There are several - but all in the same file, so I'm suspecting a driver issue. A few days ago I had some weird behavior where core 1 was constantly used at 100% - kernel time. Turned out to be DCP calls. I then rebooted and started it in safe mode, after booting back to normal mode the hyperthreading behavior appears to have changed, but since that moment I'm also seeing the BSOD's. This doesn't make any sense to me though. Fortunately I have a few more test systems (I have 3 identical ones) so I'm going to try what happens on those. And probably reinstall Windows on the system with the BSOD's.
>>>A few days ago I had some weird behavior where core 1 was constantly used at 100% - kernel time. Turned out to be DCP calls.>>>
You should try to identify which driver(s) spent prolonged time in servicing DPC routines.
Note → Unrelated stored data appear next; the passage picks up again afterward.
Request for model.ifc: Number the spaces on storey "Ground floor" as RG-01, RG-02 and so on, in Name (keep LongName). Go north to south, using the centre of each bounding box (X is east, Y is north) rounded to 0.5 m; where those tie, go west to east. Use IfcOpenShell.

First a look at what the model holds.

```python
import ifcopenshell
import ifcopenshell.util.element
import ifcopenshell.util.placement

model = ifcopenshell.open("model.ifc")
print(model.schema)
storey = next(s for s in model.by_type("IfcBuildingStorey") if s.Name == "Ground floor")
spaces = [e for e in ifcopenshell.util.element.get_decomposition(storey) if e.is_a("IfcSpace")]
for e in sorted(spaces, key=lambda e: e.id()):
    origin = ifcopenshell.util.placement.get_local_placement(e.ObjectPlacement)[:3, 3]
    print(e.id(), e.Name, e.LongName, origin.round(2) + 0.0, sep=" | ")
```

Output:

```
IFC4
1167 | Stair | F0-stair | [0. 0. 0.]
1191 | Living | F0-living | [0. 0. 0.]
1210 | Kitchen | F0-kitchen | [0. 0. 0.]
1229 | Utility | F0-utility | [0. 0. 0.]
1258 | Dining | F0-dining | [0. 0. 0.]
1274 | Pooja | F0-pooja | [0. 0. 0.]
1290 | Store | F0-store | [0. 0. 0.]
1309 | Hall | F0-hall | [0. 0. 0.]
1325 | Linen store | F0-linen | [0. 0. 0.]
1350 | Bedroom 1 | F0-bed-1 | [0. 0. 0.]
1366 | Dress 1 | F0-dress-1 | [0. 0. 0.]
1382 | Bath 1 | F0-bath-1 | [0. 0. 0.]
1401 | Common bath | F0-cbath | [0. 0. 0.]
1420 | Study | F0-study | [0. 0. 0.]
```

```python
import ifcopenshell
import ifcopenshell.geom
import ifcopenshell.util.element
import ifcopenshell.util.shape

model = ifcopenshell.open("model.ifc")
settings = ifcopenshell.geom.settings()
settings.set("use-world-coords", True)


def centre(element):
    shape = ifcopenshell.geom.create_shape(settings, element)
    return ifcopenshell.util.shape.get_bbox_centroid(shape.geometry)


storey = next(s for s in model.by_type("IfcBuildingStorey") if s.Name == "Ground floor")
spaces = [e for e in ifcopenshell.util.element.get_decomposition(storey) if e.is_a("IfcSpace")]

# Insertion points can sit at a corner or the storey origin, so sort by the geometry (in metres).
centres = {e: centre(e) for e in spaces}
spaces.sort(key=lambda e: (-round(centres[e][1] / 0.5), centres[e][0]))

for i, e in enumerate(spaces, start=1):
    number = f"RG-{i:02d}"
    e.Name = number
    print(e.id(), number)

model.write("model_rev.ifc")
```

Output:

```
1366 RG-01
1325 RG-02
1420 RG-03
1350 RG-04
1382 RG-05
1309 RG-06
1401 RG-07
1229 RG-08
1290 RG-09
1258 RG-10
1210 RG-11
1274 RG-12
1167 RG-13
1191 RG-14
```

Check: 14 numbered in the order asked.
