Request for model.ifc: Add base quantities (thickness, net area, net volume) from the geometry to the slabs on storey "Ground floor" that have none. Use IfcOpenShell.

First a look at what the model holds.

```python
import ifcopenshell
import ifcopenshell.util.element
import ifcopenshell.util.unit

model = ifcopenshell.open("model.ifc")
print(model.schema)
for unit_type in ("LENGTHUNIT", "AREAUNIT", "VOLUMEUNIT"):
    print(unit_type, ifcopenshell.util.unit.calculate_unit_scale(model, unit_type))
storey = next(s for s in model.by_type("IfcBuildingStorey") if s.Name == "Ground floor")
slabs = [e for e in ifcopenshell.util.element.get_decomposition(storey) if e.is_a("IfcSlab")]
for e in sorted(slabs, key=lambda e: e.id()):
    print(e.id(), e.is_a(), e.Name, list(ifcopenshell.util.element.get_psets(e, qtos_only=True)), sep=" | ")
```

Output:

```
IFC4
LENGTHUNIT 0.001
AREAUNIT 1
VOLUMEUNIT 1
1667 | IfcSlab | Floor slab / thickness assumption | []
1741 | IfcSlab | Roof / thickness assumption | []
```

```python
import ifcopenshell
import ifcopenshell.api.pset
import ifcopenshell.geom
import ifcopenshell.util.element
import ifcopenshell.util.shape
import ifcopenshell.util.unit

model = ifcopenshell.open("model.ifc")
unit_scale = ifcopenshell.util.unit.calculate_unit_scale(model)
area_scale = ifcopenshell.util.unit.calculate_unit_scale(model, "AREAUNIT")
volume_scale = ifcopenshell.util.unit.calculate_unit_scale(model, "VOLUMEUNIT")
settings = ifcopenshell.geom.settings()

storey = next(s for s in model.by_type("IfcBuildingStorey") if s.Name == "Ground floor")
slabs = [e for e in ifcopenshell.util.element.get_decomposition(storey) if e.is_a("IfcSlab")]

for e in sorted(slabs, key=lambda e: e.id()):
    if ifcopenshell.util.element.get_psets(e, qtos_only=True, should_inherit=False):
        continue
    # Geometry comes back in metres, in the element's own axes.
    shape = ifcopenshell.geom.create_shape(settings, e)
    values = {
        "Width": ifcopenshell.util.shape.get_z(shape.geometry) / unit_scale,
        "NetArea": ifcopenshell.util.shape.get_footprint_area(shape.geometry) / area_scale,
        "NetVolume": ifcopenshell.util.shape.get_volume(shape.geometry) / volume_scale,
    }
    qto = ifcopenshell.api.pset.add_qto(model, product=e, name="Qto_SlabBaseQuantities")
    ifcopenshell.api.pset.edit_qto(model, qto=qto, properties=values)
    print(e.id(), {k: round(v, 3) for k, v in values.items()})

model.write("model_v2.ifc")
```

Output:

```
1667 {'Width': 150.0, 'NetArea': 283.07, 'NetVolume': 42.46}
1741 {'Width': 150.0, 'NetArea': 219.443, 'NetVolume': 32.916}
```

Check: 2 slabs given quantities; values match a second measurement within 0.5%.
You can do it by using Xperf tool.
Regarding BSOD's I can look at them when you will upload minidump files.
ilyapolak: Hm good idea to run that tool anyway (I need to know if I can reliably reach low latencies for my software). But the DPC timings issue disappeared after the restart. I'm running a measurement now (1 minute), highest DPC latency encountered so far is 79 us. Highest measured interrupt to process latency is 2504 us, which is too high (at least for what I want to do).
BSOD errors are 7a (KERNEL_DATA_INPAGE_ERROR, 3 times), f4 (CRITICAL_OBJECT_TERMINATION, 3 times) and 3b (SYSTEM_SERVICE_EXCEPTION, once). They started around the time of the reboot - but I just realized that that same day I also put in an extra stick of memory. So, I'll pull that out first and see if it's stable again.
.>>Highest measured interrupt to process latency is 2504 us, which is too high (at least for what I want to do).>>>
Still that is below Microsoft recommended threshold which is for the DPC ~100ms and should not trigger DPC_WATCHDOG_VOLATION BSOD.
CRITICAL_OBJECT_TERMINATION - I do not think if that BugCheck is directly related to new RAM addition. Of course nobody can know without prior debugging what was the chain of events which led to that BSOD.
>>>Hm good idea to run that tool anyway (I need to know if I can reliably reach low latencies for my software)>>>
I usually profile my software with VTune and with Xperf.It is a good idea to combine both of those tools.